Dentre os princípios que iluminam o novo Direito Constitucional, ganha cada vez mais relevo, inclusive na jurisprudência do Supremo Tribunal Federal, o princípio da proporcionalidade.

É possível vislumbrar duas funções distintas desempenhadas pelo referido princípio no sistema normativo. Na primeira delas, o princípio da proporcionalidade configura instrumento de salvaguarda dos direitos fundamentais contra a ação limitativa que o Estado impõe a esses direitos.

De outro lado, o princípio em exame também cumpre a relevante missão de funcionar como critério para solução de conflitos de direitos fundamentais, através de juízos comparativos de ponderação dos interesses envolvidos no caso concreto.

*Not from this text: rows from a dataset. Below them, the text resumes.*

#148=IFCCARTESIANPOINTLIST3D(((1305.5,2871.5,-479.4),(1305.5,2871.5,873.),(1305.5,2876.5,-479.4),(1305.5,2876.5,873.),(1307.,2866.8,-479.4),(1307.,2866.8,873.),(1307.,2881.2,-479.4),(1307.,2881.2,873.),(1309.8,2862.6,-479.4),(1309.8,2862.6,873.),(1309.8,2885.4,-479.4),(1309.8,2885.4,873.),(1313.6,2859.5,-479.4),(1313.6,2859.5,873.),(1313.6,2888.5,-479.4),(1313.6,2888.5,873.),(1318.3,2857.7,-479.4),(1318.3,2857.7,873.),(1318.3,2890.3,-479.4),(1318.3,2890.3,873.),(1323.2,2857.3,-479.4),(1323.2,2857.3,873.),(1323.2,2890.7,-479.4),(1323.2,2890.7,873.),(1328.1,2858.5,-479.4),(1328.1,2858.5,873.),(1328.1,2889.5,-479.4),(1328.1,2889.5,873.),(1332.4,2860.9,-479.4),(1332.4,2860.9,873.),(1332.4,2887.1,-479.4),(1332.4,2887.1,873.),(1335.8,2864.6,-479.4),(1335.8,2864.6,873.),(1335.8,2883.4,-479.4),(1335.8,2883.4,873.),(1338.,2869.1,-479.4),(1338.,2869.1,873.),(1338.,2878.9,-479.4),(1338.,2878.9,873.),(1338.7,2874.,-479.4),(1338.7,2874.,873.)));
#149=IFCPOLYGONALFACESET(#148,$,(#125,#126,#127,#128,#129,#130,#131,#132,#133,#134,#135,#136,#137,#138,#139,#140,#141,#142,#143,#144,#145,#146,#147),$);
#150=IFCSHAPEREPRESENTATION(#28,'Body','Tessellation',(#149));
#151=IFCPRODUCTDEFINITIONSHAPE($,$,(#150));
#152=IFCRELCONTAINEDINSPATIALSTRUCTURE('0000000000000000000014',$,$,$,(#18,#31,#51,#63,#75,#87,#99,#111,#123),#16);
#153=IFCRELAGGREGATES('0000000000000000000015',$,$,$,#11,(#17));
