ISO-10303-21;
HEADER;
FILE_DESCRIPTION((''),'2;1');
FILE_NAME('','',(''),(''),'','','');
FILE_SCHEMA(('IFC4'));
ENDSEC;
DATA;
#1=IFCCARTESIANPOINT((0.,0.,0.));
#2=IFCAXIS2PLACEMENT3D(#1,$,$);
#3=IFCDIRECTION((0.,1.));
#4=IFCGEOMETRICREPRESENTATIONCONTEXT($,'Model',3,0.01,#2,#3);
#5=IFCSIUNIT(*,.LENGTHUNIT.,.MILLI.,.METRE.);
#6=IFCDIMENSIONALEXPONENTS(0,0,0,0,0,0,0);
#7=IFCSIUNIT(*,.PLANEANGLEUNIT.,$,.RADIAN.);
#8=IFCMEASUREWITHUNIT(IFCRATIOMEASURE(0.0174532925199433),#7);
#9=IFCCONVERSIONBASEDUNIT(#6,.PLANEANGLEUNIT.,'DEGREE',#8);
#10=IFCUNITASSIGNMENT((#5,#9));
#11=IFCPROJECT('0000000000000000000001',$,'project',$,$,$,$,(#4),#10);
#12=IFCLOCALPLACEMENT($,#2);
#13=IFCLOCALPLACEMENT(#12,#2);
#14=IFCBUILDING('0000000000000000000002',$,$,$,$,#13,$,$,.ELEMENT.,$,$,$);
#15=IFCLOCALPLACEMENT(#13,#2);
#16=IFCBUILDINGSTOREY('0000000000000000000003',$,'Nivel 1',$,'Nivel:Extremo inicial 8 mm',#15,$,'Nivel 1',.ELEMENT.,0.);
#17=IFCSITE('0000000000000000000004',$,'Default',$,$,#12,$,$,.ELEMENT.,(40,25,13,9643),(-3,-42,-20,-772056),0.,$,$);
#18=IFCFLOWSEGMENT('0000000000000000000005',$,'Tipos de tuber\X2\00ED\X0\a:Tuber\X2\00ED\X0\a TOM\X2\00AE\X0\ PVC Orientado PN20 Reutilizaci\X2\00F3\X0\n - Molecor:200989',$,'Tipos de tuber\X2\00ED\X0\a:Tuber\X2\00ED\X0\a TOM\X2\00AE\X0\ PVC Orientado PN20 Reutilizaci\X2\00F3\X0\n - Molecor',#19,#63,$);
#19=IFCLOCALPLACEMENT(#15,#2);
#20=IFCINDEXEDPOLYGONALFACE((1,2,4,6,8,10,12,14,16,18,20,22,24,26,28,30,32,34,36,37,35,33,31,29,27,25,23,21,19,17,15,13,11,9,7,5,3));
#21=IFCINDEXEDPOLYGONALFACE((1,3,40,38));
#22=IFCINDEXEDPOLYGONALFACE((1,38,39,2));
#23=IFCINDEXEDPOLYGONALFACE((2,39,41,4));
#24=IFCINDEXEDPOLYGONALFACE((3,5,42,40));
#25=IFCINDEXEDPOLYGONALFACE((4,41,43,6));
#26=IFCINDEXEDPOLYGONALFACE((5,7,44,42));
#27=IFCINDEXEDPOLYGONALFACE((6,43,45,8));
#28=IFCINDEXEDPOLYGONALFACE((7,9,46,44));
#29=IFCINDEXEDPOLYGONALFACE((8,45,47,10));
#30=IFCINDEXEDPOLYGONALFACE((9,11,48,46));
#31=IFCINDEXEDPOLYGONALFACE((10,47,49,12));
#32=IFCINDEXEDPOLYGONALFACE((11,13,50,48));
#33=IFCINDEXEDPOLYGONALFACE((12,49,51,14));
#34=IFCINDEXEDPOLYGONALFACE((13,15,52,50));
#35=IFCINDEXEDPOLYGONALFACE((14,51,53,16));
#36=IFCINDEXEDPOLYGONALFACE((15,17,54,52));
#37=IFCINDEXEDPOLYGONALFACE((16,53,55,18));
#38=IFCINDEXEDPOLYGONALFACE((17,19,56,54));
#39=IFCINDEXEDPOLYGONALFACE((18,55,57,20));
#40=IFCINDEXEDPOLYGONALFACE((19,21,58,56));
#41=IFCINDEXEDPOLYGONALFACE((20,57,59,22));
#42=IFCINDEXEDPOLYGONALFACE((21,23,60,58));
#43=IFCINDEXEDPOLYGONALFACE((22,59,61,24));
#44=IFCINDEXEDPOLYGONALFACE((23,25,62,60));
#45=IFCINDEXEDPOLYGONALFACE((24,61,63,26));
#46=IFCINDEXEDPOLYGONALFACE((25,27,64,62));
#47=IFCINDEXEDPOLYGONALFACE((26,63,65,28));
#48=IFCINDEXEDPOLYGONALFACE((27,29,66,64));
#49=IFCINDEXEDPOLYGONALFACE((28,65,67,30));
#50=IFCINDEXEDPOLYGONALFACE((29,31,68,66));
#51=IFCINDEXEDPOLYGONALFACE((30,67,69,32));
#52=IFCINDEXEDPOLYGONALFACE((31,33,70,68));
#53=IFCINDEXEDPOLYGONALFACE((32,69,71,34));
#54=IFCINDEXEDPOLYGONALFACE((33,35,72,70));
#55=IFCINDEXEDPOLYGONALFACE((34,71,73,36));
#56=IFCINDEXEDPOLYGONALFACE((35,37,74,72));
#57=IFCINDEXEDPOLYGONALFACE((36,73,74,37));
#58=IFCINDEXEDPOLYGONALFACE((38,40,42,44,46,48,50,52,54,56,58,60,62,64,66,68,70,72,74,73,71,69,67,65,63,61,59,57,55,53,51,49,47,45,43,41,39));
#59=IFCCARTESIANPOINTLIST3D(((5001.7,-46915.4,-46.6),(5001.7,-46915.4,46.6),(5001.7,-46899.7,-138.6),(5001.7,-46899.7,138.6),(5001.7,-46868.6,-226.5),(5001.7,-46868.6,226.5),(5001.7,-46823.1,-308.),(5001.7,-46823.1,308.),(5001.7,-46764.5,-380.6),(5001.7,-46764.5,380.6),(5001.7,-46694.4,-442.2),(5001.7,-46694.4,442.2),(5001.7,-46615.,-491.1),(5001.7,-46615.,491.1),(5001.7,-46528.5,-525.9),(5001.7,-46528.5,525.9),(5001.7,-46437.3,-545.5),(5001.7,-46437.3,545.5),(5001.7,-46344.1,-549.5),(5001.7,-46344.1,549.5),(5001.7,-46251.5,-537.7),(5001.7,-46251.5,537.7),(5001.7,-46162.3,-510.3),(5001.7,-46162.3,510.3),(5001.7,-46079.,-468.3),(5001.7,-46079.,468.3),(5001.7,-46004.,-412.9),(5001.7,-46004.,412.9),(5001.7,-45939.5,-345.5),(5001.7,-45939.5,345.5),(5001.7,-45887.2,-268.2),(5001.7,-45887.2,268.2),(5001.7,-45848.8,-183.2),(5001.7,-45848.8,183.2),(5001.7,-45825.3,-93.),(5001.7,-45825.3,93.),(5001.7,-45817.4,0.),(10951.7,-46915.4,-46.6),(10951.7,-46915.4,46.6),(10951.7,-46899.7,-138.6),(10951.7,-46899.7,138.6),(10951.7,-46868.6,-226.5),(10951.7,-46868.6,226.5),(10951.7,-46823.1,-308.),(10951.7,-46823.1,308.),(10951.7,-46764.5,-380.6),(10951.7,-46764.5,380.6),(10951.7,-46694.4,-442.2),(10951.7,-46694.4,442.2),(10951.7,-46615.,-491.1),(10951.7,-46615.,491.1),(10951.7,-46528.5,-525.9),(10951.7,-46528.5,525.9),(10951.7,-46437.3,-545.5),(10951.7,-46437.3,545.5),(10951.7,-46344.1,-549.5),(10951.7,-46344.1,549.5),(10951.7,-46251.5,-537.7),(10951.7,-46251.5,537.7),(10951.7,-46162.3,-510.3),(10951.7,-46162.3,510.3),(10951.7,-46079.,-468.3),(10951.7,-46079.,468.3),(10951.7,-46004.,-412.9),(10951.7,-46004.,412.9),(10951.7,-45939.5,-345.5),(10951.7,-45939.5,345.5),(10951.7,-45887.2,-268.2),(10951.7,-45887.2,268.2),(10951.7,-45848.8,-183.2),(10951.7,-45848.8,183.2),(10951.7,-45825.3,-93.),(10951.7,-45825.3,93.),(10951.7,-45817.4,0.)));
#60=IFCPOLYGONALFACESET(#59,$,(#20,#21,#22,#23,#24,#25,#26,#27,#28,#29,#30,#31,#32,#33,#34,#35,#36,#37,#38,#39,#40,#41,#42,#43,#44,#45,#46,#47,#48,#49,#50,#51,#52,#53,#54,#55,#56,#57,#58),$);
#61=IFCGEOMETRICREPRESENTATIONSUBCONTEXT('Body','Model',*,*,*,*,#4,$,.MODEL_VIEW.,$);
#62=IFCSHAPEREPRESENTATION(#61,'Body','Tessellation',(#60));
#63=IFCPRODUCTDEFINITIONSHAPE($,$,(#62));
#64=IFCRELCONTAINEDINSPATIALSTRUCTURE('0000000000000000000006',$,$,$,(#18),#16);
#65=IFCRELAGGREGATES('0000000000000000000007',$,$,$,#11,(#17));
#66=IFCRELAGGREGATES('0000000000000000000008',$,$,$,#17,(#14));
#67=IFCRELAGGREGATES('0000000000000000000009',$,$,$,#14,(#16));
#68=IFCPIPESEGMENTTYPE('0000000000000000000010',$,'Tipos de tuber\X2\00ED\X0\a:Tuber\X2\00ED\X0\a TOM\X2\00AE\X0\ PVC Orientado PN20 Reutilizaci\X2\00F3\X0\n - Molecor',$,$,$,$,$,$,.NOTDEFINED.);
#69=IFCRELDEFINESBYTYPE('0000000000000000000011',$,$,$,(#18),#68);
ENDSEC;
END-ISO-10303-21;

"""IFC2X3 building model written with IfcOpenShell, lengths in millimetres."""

from ifc_helpers import new_model, entity, si_unit, converted_unit, direction, frame, frame_2d, origin, place, context, subcontext, project, spatial, circle, extrude, type_object, element, save


model = new_model("IFC2X3")

# Units and contexts
model_context = context("Model", 3, precision=0.01, world=origin(), true_north=direction((0.0, 1.0)))
body_context = subcontext(model_context, "Body", "Model", "MODEL_VIEW")
ifc_project = project(units=[si_unit("LENGTHUNIT", "METRE", prefix="MILLI"), converted_unit("PLANEANGLEUNIT", "DEGREE", entity("IfcRatioMeasure", 0.0174532925199433), si_unit("PLANEANGLEUNIT", "RADIAN"), dimensions=[0, 0, 0, 0, 0, 0, 0])], contexts=[model_context])

# Site, building, storey
site_placement = place(None, origin())
site = spatial("IfcSite", under=ifc_project, at=site_placement, Name="Default", CompositionType="ELEMENT", RefLatitude=(40, 25, 13, 9643), RefLongitude=(-3, -42, -20, -772056), RefElevation=0.0)
building_placement = place(site_placement, origin())
building = spatial("IfcBuilding", under=site, at=building_placement, CompositionType="ELEMENT")
storey_placement = place(building_placement, origin())
storey = spatial("IfcBuildingStorey", under=building, at=storey_placement, Name="Nivel 1", ObjectType="Nivel:Extremo inicial 8 mm", LongName="Nivel 1", CompositionType="ELEMENT", Elevation=0.0)

# Flow segment
pipe_segment_type_1 = type_object("IfcPipeSegmentType", Name="Tipos de tubería:Tubería TOM® PVC Orientado PN20 Reutilización - Molecor", PredefinedType="NOTDEFINED")
flow_segment_1_placement = place(storey_placement, frame((5001.7, -46919.0, -551.6)))
element("IfcFlowSegment", 1, at=flow_segment_1_placement, inside=storey, type_object=pipe_segment_type_1, Name="Tipos de tubería:Tubería TOM® PVC Orientado PN20 Reutilización - Molecor:200989", ObjectType="Tipos de tubería:Tubería TOM® PVC Orientado PN20 Reutilización - Molecor", context=body_context, shape_type="SweptSolid", body=[
    extrude(circle(Radius=550.0, at=frame_2d((0.0, 0.0), x_axis=(1.0, 0.0))), frame((0.0, 551.6, 551.6), z_axis=(1.0, 0.0, 0.0), x_axis=(0.0, 1.0, 0.0)), (0.0, 0.0, 1.0), 5950.0),
])

save(model, "model.ifc")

Esta função é ressaltada por PAULO BONAVIDES (1), in verbis:

“Uma das aplicações mais proveitosas contidas potencialmente no princípio da proporcionalidade é aquela que o faz instrumento de interpretação toda vez que ocorre antagonismo entre direitos fundamentais e se busca daí solução conciliatória, para a qual o princípio é indubitavelmente apropriado. As cortes constitucionais européias, nomeadamente o Tribunal de Justiça da Comunidade Européia, já fizeram uso freqüente do princípio para diminuir ou eliminar a colisão de tais direitos.”

A seguir, com a finalidade de facilitar a análise do tema sugerido, apresentarei uma proposta de classificação das modalidades de colisão de direitos fundamentais.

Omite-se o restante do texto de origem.